(Required work)
Having read the material, return every line of it exactly.

(Input)
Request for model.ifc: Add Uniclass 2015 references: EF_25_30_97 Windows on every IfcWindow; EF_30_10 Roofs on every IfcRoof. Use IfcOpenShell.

First a look at what the model holds.

```python
import ifcopenshell

model = ifcopenshell.open("model.ifc")
print(model.schema)
print("classifications:", [c.Name for c in model.by_type("IfcClassification")])
for ifc_class in ("IfcDoor", "IfcRoof", "IfcStair", "IfcWall", "IfcWindow"):
    print(ifc_class, len(model.by_type(ifc_class)))
```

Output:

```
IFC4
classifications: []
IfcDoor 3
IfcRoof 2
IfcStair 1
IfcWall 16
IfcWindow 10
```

```python
import ifcopenshell
import ifcopenshell.api.classification

model = ifcopenshell.open("model.ifc")

system = ifcopenshell.api.classification.add_classification(model, classification="Uniclass 2015")

codes = {
    "IfcWindow": ("EF_25_30_97", "Windows"),
    "IfcRoof": ("EF_30_10", "Roofs"),
}
for ifc_class, (code, name) in codes.items():
    products = model.by_type(ifc_class)
    ifcopenshell.api.classification.add_reference(
        model, products=products, classification=system, identification=code, name=name
    )
    print(code, len(products))

model.write("model_v2.ifc")
```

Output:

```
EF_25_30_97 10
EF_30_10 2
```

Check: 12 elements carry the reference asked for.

(Solution below)
Request for model.ifc: Add Uniclass 2015 references: EF_25_30_97 Windows on every IfcWindow; EF_30_10 Roofs on every IfcRoof. Use IfcOpenShell.

First a look at what the model holds.

```python
import ifcopenshell

model = ifcopenshell.open("model.ifc")
print(model.schema)
print("classifications:", [c.Name for c in model.by_type("IfcClassification")])
for ifc_class in ("IfcDoor", "IfcRoof", "IfcStair", "IfcWall", "IfcWindow"):
    print(ifc_class, len(model.by_type(ifc_class)))
```

Output:

```
IFC4
classifications: []
IfcDoor 3
IfcRoof 2
IfcStair 1
IfcWall 16
IfcWindow 10
```

```python
import ifcopenshell
import ifcopenshell.api.classification

model = ifcopenshell.open("model.ifc")

system = ifcopenshell.api.classification.add_classification(model, classification="Uniclass 2015")

codes = {
    "IfcWindow": ("EF_25_30_97", "Windows"),
    "IfcRoof": ("EF_30_10", "Roofs"),
}
for ifc_class, (code, name) in codes.items():
    products = model.by_type(ifc_class)
    ifcopenshell.api.classification.add_reference(
        model, products=products, classification=system, identification=code, name=name
    )
    print(code, len(products))

model.write("model_v2.ifc")
```

Output:

```
EF_25_30_97 10
EF_30_10 2
```

Check: 12 elements carry the reference asked for.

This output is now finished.